• [Problem] Among the records below, find each line that includes the string "IFCPROJECT" and copy it.

• [Raw data]
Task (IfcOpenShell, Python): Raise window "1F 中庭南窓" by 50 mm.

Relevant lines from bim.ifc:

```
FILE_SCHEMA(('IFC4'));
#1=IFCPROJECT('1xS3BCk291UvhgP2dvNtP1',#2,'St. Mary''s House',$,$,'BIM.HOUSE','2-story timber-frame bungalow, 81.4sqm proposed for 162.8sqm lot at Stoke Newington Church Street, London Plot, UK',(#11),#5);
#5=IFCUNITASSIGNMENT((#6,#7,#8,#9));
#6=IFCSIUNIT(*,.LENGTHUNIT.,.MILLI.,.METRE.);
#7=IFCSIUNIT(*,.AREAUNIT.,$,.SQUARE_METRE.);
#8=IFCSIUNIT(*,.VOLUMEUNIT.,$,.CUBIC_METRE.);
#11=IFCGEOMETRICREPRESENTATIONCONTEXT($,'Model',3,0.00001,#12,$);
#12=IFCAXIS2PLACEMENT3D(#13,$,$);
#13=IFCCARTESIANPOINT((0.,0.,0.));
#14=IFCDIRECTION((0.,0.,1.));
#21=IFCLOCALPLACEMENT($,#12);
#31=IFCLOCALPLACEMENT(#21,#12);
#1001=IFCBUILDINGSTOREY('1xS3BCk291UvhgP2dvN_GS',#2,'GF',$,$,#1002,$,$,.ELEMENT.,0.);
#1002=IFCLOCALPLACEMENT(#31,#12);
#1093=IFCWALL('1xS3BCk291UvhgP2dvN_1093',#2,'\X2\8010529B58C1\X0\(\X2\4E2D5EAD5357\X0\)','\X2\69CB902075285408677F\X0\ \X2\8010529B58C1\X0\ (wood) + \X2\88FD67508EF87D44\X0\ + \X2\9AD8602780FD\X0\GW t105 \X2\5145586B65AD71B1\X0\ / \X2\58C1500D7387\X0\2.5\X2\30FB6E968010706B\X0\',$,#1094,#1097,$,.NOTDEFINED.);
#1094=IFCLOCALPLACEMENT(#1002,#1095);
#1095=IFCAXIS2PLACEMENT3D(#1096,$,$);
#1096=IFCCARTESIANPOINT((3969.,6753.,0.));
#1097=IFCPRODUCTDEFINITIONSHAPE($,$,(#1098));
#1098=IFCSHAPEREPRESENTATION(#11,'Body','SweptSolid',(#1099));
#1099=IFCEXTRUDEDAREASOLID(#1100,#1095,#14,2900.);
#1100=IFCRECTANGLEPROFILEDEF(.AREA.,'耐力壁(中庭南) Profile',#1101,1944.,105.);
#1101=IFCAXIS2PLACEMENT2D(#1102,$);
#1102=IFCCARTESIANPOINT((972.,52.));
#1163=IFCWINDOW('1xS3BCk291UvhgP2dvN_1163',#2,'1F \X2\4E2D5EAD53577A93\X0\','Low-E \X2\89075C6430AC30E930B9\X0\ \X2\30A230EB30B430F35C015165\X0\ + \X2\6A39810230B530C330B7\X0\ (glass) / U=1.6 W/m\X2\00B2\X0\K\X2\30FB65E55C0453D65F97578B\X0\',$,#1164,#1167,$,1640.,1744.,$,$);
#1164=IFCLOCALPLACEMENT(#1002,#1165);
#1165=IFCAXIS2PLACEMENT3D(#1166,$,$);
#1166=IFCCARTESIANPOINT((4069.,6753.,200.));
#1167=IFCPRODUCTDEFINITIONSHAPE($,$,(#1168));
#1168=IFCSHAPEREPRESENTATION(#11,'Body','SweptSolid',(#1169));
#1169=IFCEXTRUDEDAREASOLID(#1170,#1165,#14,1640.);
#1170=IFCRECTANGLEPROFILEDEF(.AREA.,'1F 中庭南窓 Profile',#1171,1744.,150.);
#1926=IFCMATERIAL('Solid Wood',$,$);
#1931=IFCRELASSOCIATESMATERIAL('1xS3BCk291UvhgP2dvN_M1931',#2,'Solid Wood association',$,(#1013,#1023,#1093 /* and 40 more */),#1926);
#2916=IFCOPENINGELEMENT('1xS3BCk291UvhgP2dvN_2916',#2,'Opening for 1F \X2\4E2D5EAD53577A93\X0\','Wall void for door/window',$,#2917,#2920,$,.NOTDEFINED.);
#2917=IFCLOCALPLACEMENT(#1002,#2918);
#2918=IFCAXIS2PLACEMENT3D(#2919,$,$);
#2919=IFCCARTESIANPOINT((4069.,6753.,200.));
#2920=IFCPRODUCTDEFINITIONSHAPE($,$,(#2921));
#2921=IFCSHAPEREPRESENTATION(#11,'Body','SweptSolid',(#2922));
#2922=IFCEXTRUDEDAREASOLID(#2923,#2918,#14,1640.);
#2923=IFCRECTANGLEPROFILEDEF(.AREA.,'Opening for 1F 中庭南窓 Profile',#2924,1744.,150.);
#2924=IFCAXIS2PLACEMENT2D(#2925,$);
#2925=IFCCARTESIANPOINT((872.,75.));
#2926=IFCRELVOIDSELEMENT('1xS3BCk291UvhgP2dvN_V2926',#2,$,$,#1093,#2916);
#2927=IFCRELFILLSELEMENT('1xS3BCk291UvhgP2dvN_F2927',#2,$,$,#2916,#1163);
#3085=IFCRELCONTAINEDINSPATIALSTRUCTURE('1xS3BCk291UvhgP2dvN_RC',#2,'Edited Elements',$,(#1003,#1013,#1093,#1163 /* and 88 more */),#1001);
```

```python
import numpy as np
import ifcopenshell
import ifcopenshell.api.geometry
import ifcopenshell.util.placement
import ifcopenshell.util.unit

model = ifcopenshell.open("bim.ifc")
unit_scale = ifcopenshell.util.unit.calculate_unit_scale(model)

window = model.by_guid("1xS3BCk291UvhgP2dvN_1163")
opening = window.FillsVoids[0].RelatingOpeningElement
dz = 0.05 / unit_scale

shift = np.array([0.0, 0.0, dz])
# The window is not placed relative to its opening, so move both.
for product in (opening, window):
    matrix = ifcopenshell.util.placement.get_local_placement(product.ObjectPlacement)
    matrix[:3, 3] += shift
    ifcopenshell.api.geometry.edit_object_placement(model, product=product, matrix=matrix, is_si=False)

print(f"moved by {dz * unit_scale:+.3f} m")

model.write("bim_updated.ifc")
```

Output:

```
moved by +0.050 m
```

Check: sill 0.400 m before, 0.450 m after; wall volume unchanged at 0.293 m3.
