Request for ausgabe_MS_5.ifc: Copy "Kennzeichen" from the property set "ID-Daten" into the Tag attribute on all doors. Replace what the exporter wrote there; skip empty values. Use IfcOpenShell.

First a look at what the model holds.

```python
import ifcopenshell
import ifcopenshell.util.element

model = ifcopenshell.open("ausgabe_MS_5.ifc")
print(model.schema)
doors = model.by_type("IfcDoor")
print(len(doors), "doors")
for e in doors[:8]:
    source = ifcopenshell.util.element.get_pset(e, "ID-Daten", "Kennzeichen")
    target = e.Tag
    print(e.id(), repr(source), repr(target), sep=" | ")
```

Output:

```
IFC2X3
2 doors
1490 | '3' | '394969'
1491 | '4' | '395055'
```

```python
import ifcopenshell
import ifcopenshell.util.element

model = ifcopenshell.open("ausgabe_MS_5.ifc")

count = 0
for e in model.by_type("IfcDoor"):
    value = ifcopenshell.util.element.get_pset(e, "ID-Daten", "Kennzeichen")
    current = e.Tag
    if not value or not value.strip() or current == value:
        continue
    e.Tag = value
    count += 1

print(count, "doors updated")

model.write("ausgabe_MS_5_v2.ifc")
```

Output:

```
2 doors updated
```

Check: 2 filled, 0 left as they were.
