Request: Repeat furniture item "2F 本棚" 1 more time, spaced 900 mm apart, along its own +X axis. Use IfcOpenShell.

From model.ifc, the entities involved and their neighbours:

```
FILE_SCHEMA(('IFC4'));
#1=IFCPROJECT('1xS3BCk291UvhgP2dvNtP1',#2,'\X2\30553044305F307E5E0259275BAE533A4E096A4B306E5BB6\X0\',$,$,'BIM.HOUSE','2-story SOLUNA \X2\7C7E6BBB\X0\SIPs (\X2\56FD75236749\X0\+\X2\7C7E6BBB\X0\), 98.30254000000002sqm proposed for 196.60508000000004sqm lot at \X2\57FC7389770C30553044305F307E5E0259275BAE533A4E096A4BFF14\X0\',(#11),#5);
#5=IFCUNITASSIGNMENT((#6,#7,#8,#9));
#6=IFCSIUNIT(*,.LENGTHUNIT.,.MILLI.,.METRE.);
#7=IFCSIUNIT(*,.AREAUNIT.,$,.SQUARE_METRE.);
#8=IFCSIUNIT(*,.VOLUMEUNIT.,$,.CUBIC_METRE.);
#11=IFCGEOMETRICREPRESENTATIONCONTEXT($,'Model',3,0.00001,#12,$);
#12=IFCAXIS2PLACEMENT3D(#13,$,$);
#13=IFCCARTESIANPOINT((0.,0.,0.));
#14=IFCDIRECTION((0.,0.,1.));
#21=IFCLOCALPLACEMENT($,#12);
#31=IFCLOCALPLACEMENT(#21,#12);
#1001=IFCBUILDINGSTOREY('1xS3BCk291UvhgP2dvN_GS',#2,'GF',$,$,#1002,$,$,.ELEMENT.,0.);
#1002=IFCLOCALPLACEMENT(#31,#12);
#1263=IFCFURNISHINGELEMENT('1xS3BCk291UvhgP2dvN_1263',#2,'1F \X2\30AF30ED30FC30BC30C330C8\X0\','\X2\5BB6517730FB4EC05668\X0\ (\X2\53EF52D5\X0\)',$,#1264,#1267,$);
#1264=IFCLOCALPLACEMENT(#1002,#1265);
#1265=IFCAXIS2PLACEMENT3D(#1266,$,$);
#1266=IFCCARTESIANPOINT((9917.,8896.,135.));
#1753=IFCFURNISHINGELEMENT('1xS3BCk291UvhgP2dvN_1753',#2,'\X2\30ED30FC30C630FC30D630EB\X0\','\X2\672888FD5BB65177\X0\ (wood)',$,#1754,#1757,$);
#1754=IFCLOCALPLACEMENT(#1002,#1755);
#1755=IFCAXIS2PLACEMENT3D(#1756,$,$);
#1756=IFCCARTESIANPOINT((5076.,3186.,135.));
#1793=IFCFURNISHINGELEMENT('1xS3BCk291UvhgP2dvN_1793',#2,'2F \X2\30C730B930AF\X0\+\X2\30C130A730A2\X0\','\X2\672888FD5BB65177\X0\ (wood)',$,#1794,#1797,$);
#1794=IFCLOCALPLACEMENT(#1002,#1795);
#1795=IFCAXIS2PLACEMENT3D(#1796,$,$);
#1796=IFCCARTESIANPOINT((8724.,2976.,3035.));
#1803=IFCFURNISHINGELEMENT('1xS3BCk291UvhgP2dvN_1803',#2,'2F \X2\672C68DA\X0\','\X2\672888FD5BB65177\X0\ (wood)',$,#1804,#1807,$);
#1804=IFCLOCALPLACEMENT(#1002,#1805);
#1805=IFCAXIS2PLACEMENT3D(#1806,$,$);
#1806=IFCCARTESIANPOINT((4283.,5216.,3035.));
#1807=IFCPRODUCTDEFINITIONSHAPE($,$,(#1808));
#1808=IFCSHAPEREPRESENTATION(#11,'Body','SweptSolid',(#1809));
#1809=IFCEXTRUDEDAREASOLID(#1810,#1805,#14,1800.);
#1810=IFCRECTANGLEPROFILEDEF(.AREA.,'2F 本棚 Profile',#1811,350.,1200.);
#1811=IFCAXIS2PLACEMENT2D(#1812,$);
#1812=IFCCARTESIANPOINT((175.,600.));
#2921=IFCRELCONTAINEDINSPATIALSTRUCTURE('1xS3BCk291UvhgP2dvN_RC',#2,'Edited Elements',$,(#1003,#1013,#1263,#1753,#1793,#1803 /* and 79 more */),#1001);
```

```python
import ifcopenshell
import ifcopenshell.api.geometry
import ifcopenshell.api.root
import ifcopenshell.util.element
import ifcopenshell.util.placement

model = ifcopenshell.open("model.ifc")


def reuse_history(source, copy):
    """copy_class also copies each property set's owner history, people and application; keep the originals."""
    for rel in copy.IsDefinedBy:
        if rel.is_a("IfcRelDefinesByProperties") and (history := rel.RelatingPropertyDefinition.OwnerHistory):
            rel.RelatingPropertyDefinition.OwnerHistory = source.OwnerHistory
            ifcopenshell.util.element.remove_deep2(model, history)


source = model.by_id(1803)
base = ifcopenshell.util.placement.get_local_placement(source.ObjectPlacement)
step = base[:3, 0] * 900.0

for i in range(1, 2):
    copy = ifcopenshell.api.root.copy_class(model, product=source)
    copy.Representation = ifcopenshell.util.element.copy_deep(
        model, source.Representation, exclude=["IfcGeometricRepresentationContext", "IfcRepresentationMap"]
    )
    reuse_history(source, copy)
    matrix = base.copy()
    matrix[:3, 3] += i * step
    print("added at", matrix[:3, 3].round(3) + 0.0)
    ifcopenshell.api.geometry.edit_object_placement(model, product=copy, matrix=matrix, is_si=False)

model.write("model_rev.ifc")
```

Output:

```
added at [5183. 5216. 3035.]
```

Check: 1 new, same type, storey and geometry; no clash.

• [Answer to this problem]
#1=IFCPROJECT('1xS3BCk291UvhgP2dvNtP1',#2,'St. Mary''s House',$,$,'BIM.HOUSE','2-story timber-frame bungalow, 81.4sqm proposed for 162.8sqm lot at Stoke Newington Church Street, London Plot, UK',(#11),#5);
#1=IFCPROJECT('1xS3BCk291UvhgP2dvNtP1',#2,'\X2\30553044305F307E5E0259275BAE533A4E096A4B306E5BB6\X0\',$,$,'BIM.HOUSE','2-story SOLUNA \X2\7C7E6BBB\X0\SIPs (\X2\56FD75236749\X0\+\X2\7C7E6BBB\X0\), 98.30254000000002sqm proposed for 196.60508000000004sqm lot at \X2\57FC7389770C30553044305F307E5E0259275BAE533A4E096A4BFF14\X0\',(#11),#5);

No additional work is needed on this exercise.